[Work to complete]: Copy out each line of the listing below where the string "IfcRelDefinesByType" appears.

[Data for this exercise]:
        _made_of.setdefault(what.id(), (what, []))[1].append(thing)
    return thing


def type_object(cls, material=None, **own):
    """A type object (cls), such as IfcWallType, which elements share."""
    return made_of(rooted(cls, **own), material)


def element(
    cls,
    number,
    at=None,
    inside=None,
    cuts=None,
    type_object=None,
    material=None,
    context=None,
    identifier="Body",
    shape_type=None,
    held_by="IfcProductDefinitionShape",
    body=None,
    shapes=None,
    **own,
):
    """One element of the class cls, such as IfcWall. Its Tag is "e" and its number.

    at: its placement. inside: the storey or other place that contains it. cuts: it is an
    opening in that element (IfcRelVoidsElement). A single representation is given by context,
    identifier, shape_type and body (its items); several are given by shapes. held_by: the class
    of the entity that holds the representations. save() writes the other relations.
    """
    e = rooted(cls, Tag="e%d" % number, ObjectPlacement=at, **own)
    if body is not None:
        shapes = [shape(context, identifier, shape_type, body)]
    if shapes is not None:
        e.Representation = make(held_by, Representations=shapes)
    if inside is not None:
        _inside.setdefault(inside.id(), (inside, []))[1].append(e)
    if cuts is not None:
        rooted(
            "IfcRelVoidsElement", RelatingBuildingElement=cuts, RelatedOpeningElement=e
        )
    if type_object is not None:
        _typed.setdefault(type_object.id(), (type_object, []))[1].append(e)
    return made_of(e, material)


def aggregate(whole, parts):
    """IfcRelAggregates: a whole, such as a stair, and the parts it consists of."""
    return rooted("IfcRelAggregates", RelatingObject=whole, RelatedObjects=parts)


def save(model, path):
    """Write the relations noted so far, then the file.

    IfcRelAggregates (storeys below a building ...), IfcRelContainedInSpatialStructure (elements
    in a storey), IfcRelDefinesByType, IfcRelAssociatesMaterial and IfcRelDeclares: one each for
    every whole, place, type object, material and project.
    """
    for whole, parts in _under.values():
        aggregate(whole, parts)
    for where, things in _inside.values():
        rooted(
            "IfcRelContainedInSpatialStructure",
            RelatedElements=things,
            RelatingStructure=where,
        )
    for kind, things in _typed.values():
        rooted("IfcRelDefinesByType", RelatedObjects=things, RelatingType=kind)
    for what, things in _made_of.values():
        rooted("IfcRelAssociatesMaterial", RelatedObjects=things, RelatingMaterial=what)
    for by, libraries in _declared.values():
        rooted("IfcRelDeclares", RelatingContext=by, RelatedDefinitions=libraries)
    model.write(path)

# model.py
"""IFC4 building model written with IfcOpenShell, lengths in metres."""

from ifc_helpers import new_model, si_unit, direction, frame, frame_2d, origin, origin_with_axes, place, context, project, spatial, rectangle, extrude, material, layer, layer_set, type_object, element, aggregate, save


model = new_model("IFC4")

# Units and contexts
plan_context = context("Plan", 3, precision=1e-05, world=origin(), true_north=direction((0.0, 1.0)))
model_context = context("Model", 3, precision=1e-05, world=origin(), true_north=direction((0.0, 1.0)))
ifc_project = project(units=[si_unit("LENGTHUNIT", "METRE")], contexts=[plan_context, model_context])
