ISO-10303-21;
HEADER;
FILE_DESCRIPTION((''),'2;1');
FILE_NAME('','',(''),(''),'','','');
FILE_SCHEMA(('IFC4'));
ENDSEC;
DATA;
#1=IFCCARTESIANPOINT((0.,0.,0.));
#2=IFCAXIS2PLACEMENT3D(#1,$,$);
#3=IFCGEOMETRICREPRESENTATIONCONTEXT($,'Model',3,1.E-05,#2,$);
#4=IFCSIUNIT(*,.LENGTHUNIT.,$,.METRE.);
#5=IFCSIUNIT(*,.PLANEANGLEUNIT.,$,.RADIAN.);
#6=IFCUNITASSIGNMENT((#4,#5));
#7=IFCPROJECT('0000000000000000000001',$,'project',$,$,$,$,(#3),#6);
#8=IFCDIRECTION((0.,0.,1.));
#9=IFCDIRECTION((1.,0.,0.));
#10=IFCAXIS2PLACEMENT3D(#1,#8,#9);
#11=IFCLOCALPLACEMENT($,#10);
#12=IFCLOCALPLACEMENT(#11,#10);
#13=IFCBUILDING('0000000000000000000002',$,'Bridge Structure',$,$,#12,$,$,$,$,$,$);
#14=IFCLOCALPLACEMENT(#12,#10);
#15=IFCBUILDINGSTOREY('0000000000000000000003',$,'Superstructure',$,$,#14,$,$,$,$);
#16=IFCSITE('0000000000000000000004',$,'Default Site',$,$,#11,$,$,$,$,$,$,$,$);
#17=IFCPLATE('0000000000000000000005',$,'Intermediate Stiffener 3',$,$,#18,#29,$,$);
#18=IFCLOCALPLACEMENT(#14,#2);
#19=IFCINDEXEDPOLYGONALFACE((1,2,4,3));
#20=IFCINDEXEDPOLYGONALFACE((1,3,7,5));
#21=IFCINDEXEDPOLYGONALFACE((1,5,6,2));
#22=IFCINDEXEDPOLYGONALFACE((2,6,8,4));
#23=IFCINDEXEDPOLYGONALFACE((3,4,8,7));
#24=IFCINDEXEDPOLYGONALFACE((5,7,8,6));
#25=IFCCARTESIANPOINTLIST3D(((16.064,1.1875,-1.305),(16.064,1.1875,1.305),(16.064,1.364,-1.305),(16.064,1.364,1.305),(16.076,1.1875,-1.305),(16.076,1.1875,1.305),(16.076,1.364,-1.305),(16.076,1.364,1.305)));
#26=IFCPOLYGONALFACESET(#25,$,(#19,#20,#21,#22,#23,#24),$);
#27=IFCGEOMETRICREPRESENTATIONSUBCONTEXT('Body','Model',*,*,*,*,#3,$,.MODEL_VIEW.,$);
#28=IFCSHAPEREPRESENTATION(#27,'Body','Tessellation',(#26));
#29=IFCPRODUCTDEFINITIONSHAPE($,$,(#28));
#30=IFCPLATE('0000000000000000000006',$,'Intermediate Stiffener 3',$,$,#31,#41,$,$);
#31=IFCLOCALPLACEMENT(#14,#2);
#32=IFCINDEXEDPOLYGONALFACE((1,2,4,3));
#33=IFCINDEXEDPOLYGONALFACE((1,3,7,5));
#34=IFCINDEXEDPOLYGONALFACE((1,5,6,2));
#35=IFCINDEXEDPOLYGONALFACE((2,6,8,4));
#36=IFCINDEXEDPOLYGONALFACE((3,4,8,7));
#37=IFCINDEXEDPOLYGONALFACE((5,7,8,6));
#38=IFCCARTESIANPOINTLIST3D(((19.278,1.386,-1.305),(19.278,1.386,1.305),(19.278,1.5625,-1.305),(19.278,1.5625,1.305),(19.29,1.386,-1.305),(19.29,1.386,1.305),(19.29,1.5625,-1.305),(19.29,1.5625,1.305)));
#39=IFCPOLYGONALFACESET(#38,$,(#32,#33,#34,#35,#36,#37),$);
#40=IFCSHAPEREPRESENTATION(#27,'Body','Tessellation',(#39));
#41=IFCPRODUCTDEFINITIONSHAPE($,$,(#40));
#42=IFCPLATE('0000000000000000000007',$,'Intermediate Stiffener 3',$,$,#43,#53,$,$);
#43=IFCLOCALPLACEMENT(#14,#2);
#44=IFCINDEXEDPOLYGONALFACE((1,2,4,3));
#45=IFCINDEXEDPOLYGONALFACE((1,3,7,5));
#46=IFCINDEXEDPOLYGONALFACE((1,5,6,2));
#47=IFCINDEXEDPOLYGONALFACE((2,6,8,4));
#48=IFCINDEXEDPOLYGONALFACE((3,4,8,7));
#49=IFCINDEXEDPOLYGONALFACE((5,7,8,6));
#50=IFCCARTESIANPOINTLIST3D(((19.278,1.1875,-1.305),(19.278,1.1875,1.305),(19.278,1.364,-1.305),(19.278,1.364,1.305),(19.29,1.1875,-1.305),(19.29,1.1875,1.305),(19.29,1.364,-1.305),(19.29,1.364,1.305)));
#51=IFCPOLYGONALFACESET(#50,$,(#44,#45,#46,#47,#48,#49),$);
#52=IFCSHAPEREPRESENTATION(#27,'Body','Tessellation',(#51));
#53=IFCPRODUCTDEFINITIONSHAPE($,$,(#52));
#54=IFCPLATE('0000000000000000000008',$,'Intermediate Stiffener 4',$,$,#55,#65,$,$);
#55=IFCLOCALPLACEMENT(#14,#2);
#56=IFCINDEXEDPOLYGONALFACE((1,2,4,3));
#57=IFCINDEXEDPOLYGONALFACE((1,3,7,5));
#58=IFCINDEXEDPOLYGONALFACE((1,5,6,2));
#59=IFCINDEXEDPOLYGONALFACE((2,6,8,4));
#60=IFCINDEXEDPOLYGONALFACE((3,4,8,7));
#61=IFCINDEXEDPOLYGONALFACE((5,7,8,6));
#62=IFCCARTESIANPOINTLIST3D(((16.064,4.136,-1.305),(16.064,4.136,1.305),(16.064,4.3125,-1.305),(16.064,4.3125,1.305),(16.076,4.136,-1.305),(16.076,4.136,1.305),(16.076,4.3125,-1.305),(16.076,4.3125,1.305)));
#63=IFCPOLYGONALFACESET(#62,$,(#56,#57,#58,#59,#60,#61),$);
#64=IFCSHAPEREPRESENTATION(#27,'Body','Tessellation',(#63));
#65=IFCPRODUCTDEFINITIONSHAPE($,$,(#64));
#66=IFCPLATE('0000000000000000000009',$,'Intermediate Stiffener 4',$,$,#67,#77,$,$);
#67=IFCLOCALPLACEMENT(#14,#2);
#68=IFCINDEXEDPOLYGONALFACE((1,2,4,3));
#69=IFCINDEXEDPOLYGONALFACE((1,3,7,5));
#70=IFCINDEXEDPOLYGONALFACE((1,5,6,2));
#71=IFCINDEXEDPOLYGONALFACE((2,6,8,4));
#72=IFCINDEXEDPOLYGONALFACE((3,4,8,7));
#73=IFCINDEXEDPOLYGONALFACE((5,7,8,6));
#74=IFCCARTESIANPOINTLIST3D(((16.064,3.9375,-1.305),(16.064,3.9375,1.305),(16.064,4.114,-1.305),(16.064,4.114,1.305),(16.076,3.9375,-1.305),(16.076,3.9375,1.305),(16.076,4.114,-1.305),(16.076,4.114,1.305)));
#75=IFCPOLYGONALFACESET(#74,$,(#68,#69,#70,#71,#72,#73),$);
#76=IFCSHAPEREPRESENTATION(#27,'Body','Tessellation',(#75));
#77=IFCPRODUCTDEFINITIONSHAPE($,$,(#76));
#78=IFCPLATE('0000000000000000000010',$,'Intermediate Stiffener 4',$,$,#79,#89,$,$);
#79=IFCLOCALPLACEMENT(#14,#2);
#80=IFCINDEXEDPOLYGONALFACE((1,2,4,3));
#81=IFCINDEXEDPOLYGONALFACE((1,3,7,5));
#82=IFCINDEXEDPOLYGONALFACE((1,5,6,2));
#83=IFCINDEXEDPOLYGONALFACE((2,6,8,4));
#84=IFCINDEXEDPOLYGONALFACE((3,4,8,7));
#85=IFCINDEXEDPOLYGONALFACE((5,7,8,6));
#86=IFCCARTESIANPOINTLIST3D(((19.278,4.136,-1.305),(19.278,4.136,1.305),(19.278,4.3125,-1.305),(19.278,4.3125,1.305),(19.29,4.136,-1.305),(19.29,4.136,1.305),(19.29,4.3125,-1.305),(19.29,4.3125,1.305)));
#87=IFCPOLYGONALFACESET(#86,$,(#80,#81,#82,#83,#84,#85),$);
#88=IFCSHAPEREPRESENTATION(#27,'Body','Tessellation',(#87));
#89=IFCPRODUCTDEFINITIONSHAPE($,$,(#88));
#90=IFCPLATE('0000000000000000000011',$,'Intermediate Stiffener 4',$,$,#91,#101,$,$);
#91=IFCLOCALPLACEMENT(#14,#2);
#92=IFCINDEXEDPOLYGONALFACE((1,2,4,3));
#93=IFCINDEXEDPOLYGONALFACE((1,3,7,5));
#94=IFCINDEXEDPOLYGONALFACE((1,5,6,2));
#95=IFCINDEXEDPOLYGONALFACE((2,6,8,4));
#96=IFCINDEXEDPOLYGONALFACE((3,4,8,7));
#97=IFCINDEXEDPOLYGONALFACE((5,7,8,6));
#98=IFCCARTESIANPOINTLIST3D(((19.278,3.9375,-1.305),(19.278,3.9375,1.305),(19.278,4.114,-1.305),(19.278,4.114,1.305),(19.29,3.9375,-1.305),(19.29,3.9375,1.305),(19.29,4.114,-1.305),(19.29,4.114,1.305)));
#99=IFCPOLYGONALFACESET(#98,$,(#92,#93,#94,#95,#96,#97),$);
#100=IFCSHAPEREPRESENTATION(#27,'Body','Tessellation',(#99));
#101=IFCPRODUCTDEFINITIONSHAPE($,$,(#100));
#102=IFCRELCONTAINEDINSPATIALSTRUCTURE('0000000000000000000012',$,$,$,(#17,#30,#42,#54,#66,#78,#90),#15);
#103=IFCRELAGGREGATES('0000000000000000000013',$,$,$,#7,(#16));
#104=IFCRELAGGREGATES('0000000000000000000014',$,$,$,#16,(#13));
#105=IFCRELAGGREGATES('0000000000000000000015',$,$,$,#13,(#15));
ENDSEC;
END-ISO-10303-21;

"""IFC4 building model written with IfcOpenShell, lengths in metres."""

from ifc_helpers import new_model, si_unit, frame, origin, origin_with_axes, origin_2d_with_axis, place, context, subcontext, project, spatial, rectangle, extrude, element, save


model = new_model("IFC4")

# Units and contexts
model_context = context("Model", 3, precision=1e-05, world=origin())
body_context = subcontext(model_context, "Body", "Model", "MODEL_VIEW")
ifc_project = project(units=[si_unit("LENGTHUNIT", "METRE"), si_unit("PLANEANGLEUNIT", "RADIAN")], contexts=[model_context])

# Site, building, storey
site_placement = place(None, origin_with_axes())
site = spatial("IfcSite", under=ifc_project, at=site_placement, Name="Default Site")
building_placement = place(site_placement, origin_with_axes())
building = spatial("IfcBuilding", under=site, at=building_placement, Name="Bridge Structure")
storey_placement = place(building_placement, origin_with_axes())
storey = spatial("IfcBuildingStorey", under=building, at=storey_placement, Name="Superstructure")

# Plates
for number, where, z_axis, x_axis, name in (
    (1, (16.07, 1.2757, -1.305), (0.0, 0.0, 1.0), (1.0, 0.0, 0.0), "Intermediate Stiffener 3"),
    (2, (19.284, 1.4743, -1.305), (0.0, 0.0, 1.0), (1.0, 0.0, 0.0), "Intermediate Stiffener 3"),
    (3, (19.284, 1.2757, -1.305), (0.0, 0.0, 1.0), (1.0, 0.0, 0.0), "Intermediate Stiffener 3"),
    (4, (16.07, 4.2243, -1.305), (0.0, 0.0, 1.0), (1.0, 0.0, 0.0), "Intermediate Stiffener 4"),
    (5, (16.07, 4.0258, -1.305), (0.0, 0.0, 1.0), (1.0, 0.0, 0.0), "Intermediate Stiffener 4"),
    (6, (19.284, 4.2243, -1.305), (0.0, 0.0, 1.0), (1.0, 0.0, 0.0), "Intermediate Stiffener 4"),
    (7, (19.284, 4.0258, -1.305), (0.0, 0.0, 1.0), (1.0, 0.0, 0.0), "Intermediate Stiffener 4"),
):
    element("IfcPlate", number, at=place(storey_placement, frame(where, z_axis=z_axis, x_axis=x_axis)), inside=storey, Name=name, context=body_context, shape_type="SweptSolid", body=[
        extrude(rectangle(XDim=0.012, YDim=0.1765, at=origin_2d_with_axis()), origin_with_axes(), (0.0, 0.0, 1.0), 2.61),
    ])

save(model, "model.ifc")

[Expected answer]:
    in a storey), IfcRelDefinesByType, IfcRelAssociatesMaterial and IfcRelDeclares: one each for
        rooted("IfcRelDefinesByType", RelatedObjects=things, RelatingType=kind)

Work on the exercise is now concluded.